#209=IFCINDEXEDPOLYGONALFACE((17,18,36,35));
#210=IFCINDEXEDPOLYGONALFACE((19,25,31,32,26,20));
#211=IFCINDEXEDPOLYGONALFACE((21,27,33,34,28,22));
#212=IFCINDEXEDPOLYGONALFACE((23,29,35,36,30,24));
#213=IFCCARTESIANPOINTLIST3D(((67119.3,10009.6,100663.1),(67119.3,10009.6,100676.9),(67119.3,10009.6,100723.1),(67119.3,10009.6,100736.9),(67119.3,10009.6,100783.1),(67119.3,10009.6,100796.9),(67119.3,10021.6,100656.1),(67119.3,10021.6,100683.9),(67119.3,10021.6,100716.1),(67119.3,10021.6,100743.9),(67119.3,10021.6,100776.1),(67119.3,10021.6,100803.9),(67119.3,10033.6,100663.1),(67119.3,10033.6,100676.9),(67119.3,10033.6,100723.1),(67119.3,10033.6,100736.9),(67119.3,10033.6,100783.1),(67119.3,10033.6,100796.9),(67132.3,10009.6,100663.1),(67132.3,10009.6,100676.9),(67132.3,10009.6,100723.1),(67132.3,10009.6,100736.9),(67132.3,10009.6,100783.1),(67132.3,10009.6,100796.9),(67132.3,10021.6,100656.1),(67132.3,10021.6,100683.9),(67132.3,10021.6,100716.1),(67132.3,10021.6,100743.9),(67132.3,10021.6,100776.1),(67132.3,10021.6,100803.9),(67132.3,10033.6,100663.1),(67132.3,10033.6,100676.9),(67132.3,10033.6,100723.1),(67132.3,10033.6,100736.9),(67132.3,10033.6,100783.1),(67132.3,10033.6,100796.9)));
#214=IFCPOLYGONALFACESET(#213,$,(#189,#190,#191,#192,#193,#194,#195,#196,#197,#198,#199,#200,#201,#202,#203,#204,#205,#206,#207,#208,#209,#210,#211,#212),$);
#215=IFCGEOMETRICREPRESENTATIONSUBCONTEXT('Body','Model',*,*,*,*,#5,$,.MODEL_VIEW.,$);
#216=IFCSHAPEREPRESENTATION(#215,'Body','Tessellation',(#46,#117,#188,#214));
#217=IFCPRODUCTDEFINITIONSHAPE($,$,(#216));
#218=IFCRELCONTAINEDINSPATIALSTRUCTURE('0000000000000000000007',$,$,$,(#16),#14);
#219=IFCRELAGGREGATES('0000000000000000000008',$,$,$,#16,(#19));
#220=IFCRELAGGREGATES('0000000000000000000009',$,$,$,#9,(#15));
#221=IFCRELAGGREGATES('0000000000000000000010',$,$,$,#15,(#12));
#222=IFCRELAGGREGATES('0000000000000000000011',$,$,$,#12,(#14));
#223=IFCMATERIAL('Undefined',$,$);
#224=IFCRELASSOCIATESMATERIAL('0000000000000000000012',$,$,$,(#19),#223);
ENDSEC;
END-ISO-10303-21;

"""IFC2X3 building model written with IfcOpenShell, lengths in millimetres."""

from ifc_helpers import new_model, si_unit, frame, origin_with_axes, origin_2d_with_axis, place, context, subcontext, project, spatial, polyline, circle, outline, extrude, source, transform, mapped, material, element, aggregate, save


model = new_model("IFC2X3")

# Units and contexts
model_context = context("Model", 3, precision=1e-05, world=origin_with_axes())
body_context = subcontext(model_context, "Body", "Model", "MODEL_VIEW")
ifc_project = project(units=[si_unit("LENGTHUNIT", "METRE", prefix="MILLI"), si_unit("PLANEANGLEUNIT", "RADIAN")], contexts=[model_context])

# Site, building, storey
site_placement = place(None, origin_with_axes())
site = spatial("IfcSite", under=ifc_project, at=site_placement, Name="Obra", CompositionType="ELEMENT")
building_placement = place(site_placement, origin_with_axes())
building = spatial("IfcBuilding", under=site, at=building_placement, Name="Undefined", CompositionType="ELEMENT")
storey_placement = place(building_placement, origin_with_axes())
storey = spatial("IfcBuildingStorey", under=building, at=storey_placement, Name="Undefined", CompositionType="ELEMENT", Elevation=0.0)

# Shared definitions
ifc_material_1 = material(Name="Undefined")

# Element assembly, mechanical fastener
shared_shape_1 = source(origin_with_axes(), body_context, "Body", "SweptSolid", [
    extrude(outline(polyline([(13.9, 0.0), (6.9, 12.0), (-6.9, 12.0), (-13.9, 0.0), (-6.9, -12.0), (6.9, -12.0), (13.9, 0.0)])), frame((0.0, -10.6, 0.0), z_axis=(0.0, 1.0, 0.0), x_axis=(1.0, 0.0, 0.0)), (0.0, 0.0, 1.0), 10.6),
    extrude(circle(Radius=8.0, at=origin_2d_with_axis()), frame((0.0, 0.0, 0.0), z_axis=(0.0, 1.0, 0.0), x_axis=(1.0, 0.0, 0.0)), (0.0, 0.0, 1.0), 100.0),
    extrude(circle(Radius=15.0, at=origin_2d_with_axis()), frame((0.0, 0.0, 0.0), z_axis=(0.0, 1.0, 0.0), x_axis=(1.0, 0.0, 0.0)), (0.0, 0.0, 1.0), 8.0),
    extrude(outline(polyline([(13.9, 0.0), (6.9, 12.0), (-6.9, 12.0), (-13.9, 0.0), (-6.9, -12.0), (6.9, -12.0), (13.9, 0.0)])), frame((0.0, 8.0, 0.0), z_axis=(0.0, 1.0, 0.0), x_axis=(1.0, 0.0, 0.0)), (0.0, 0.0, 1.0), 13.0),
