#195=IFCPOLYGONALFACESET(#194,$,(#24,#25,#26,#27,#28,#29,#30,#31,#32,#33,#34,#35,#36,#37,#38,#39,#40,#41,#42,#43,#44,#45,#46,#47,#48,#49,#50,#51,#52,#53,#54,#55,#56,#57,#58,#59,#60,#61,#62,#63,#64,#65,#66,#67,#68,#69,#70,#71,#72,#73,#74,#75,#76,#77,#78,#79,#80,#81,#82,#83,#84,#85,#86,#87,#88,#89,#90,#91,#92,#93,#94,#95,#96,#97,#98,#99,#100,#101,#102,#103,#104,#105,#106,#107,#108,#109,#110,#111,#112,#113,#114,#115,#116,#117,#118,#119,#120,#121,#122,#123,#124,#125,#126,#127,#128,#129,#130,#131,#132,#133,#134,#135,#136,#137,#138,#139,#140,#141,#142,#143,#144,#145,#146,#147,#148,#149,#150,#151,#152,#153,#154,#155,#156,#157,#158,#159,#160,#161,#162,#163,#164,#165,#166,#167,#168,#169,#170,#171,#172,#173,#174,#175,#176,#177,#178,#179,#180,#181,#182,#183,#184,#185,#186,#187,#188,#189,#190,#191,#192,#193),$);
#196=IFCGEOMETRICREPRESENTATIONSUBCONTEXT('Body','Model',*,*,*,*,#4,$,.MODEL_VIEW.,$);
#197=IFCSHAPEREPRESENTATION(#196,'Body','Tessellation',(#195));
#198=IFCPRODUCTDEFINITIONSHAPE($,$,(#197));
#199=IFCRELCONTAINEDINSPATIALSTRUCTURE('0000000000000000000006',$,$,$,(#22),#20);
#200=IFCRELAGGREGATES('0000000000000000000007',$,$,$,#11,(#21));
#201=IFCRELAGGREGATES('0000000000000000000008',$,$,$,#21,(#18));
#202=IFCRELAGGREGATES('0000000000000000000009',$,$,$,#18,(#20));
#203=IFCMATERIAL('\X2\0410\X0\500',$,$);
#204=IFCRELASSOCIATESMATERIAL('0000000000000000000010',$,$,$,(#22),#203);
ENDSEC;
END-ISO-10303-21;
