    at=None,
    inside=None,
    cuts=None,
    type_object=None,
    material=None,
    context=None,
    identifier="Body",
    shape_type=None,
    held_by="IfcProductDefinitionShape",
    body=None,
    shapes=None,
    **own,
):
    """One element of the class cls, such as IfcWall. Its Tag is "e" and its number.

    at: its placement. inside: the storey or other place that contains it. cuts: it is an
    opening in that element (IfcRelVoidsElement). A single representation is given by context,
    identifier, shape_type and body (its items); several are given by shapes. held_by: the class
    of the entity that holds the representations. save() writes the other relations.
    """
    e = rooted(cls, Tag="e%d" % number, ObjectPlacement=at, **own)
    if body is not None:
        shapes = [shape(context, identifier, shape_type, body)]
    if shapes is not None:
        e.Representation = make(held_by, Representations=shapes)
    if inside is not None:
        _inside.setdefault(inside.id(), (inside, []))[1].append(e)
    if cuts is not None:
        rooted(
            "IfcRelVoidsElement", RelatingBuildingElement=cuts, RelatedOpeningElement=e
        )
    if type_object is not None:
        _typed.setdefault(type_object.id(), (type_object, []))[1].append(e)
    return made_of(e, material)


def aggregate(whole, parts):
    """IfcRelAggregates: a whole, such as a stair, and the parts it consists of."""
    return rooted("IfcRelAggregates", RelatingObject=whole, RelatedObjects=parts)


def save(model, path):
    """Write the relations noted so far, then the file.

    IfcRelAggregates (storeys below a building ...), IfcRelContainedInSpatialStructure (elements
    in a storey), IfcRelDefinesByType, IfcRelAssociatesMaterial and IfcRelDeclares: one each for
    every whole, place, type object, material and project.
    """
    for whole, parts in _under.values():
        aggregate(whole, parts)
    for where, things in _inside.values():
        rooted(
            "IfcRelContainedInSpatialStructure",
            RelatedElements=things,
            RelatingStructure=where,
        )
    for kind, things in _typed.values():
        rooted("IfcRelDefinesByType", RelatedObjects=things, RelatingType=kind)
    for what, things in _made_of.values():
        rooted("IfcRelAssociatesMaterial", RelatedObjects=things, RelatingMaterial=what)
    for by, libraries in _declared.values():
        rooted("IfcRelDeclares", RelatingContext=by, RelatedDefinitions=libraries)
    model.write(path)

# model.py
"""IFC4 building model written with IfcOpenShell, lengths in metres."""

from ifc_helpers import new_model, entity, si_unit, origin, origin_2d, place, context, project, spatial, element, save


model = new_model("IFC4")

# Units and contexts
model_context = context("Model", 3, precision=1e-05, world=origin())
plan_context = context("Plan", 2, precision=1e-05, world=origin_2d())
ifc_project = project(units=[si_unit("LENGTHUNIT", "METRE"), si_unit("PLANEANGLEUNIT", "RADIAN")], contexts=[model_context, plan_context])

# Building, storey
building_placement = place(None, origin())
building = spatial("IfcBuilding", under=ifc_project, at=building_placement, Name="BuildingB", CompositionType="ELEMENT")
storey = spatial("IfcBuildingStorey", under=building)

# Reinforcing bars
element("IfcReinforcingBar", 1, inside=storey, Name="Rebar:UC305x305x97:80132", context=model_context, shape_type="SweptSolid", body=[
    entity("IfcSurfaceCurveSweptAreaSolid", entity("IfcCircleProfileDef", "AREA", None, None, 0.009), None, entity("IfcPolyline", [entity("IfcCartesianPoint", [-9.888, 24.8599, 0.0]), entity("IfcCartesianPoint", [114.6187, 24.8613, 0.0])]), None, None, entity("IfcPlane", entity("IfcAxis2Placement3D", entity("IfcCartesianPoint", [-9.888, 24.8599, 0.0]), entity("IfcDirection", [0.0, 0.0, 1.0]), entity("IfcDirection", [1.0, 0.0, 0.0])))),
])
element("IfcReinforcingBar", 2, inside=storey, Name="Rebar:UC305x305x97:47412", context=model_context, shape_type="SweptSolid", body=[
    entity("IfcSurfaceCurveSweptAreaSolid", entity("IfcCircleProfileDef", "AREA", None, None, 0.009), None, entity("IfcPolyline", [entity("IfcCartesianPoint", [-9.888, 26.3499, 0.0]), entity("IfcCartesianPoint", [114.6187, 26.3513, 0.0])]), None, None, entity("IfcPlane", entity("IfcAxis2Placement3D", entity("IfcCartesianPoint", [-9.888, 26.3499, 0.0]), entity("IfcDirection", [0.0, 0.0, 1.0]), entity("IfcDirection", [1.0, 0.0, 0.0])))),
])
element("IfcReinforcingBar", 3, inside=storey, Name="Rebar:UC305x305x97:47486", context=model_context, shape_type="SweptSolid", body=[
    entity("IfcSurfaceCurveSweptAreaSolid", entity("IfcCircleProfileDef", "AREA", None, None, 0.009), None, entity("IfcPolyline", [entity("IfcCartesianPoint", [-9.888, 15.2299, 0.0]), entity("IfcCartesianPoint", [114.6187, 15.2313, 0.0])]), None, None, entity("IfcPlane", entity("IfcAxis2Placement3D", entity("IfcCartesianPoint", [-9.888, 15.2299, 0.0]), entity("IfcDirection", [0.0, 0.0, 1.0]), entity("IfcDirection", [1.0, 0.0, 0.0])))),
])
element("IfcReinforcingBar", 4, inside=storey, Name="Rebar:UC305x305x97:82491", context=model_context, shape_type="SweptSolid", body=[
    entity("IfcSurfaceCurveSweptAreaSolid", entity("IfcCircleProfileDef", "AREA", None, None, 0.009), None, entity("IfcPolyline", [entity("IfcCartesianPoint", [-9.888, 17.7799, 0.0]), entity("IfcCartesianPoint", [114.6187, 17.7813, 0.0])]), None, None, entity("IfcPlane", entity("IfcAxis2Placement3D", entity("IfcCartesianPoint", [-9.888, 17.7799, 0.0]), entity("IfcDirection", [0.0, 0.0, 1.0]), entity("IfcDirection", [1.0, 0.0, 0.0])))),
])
++++++++
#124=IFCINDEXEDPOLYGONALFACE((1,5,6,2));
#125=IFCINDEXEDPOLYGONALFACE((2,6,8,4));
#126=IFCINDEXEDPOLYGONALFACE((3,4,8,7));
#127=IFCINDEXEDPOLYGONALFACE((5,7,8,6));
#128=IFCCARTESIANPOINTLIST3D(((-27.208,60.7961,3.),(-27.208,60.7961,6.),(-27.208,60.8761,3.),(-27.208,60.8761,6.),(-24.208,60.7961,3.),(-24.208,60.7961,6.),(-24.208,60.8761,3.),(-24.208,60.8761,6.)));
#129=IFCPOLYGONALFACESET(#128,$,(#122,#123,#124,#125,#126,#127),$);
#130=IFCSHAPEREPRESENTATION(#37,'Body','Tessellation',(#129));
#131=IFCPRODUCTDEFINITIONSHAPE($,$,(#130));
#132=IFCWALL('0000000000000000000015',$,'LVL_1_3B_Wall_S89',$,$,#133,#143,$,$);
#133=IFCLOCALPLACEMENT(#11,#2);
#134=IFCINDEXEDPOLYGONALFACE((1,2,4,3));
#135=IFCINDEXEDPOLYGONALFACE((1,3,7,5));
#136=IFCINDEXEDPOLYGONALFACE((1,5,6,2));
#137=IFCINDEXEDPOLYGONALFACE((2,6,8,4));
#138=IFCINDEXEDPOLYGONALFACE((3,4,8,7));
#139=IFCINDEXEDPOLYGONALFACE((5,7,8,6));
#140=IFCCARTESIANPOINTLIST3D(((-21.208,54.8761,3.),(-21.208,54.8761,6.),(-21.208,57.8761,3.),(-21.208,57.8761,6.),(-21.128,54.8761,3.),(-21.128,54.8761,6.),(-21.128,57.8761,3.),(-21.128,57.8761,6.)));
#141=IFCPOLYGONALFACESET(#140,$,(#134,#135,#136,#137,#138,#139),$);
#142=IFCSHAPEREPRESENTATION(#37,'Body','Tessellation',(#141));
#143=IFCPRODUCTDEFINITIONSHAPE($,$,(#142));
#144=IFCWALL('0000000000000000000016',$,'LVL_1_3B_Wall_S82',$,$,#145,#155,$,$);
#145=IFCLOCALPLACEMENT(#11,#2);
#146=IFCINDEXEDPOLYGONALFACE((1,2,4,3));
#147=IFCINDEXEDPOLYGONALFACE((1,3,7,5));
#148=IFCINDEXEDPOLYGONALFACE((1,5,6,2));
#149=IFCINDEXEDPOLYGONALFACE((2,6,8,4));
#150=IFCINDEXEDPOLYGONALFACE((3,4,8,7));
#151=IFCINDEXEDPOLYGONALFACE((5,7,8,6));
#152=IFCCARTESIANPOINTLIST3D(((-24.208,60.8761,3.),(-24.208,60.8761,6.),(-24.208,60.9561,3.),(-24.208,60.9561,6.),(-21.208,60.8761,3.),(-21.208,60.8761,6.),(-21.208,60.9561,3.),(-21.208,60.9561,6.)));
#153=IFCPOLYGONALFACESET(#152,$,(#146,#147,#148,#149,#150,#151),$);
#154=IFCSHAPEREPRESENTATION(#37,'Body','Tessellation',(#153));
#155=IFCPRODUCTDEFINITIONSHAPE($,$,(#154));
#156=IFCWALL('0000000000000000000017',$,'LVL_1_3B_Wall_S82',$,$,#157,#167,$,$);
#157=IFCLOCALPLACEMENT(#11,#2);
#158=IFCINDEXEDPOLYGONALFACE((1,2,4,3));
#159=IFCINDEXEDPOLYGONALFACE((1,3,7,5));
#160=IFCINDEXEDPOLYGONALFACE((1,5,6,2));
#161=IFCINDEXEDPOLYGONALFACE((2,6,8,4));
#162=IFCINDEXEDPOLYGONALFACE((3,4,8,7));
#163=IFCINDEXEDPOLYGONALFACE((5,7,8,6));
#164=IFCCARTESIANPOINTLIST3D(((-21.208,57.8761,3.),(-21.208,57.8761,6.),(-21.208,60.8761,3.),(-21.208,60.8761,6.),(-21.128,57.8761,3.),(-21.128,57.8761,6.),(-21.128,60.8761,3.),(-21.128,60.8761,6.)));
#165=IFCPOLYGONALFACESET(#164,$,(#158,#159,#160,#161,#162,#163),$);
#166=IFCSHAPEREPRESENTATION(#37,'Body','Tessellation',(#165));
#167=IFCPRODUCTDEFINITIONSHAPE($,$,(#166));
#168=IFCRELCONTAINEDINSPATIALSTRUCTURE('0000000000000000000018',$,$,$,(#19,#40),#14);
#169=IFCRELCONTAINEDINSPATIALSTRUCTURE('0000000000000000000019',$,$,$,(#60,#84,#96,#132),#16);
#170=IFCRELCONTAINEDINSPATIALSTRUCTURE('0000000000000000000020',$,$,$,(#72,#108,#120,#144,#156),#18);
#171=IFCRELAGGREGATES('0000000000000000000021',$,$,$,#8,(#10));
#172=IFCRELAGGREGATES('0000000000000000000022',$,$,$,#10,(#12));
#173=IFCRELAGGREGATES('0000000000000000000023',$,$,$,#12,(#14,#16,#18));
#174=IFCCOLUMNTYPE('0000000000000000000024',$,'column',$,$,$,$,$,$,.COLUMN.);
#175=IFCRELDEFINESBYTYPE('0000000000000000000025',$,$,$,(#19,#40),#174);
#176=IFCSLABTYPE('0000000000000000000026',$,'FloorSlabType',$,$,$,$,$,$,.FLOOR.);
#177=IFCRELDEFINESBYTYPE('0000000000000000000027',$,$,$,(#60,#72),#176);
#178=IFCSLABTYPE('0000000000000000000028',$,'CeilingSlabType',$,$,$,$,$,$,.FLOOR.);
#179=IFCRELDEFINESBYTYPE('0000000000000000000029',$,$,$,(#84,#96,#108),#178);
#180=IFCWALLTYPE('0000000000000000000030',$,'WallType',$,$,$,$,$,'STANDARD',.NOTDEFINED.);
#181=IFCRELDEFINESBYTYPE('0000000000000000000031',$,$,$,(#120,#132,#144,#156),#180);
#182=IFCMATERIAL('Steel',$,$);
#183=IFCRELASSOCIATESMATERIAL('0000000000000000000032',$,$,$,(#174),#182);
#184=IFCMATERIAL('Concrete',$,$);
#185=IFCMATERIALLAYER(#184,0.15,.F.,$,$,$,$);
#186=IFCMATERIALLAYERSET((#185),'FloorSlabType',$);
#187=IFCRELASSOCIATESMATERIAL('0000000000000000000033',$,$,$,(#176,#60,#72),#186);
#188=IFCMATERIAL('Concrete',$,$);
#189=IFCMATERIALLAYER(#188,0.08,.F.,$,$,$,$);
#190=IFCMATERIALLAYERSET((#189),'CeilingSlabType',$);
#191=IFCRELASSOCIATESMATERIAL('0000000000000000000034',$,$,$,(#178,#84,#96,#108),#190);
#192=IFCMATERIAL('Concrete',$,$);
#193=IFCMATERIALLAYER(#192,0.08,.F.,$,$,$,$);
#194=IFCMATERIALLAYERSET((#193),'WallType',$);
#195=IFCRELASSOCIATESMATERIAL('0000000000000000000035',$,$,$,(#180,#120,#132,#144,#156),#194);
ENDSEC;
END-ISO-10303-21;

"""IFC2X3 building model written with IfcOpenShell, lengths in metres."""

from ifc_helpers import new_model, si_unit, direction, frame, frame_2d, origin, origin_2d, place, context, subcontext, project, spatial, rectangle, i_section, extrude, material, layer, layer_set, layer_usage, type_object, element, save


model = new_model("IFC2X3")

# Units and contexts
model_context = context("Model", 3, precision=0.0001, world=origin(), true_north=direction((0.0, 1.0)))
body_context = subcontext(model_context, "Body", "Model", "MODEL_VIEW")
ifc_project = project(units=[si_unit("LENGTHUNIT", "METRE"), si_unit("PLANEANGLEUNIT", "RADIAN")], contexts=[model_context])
++++++++
**What is expected**
Beginning at the line with "#209=IFCINDEXEDPOLYGONALFACE((17,18,36,35));" and ending at the line with "#212=IFCINDEXEDPOLYGONALFACE((23,29,35,36,30,24));", reproduce each line of the data above exactly, and add no other lines.

**Finished task**
#209=IFCINDEXEDPOLYGONALFACE((17,18,36,35));
#210=IFCINDEXEDPOLYGONALFACE((19,25,31,32,26,20));
#211=IFCINDEXEDPOLYGONALFACE((21,27,33,34,28,22));
#212=IFCINDEXEDPOLYGONALFACE((23,29,35,36,30,24));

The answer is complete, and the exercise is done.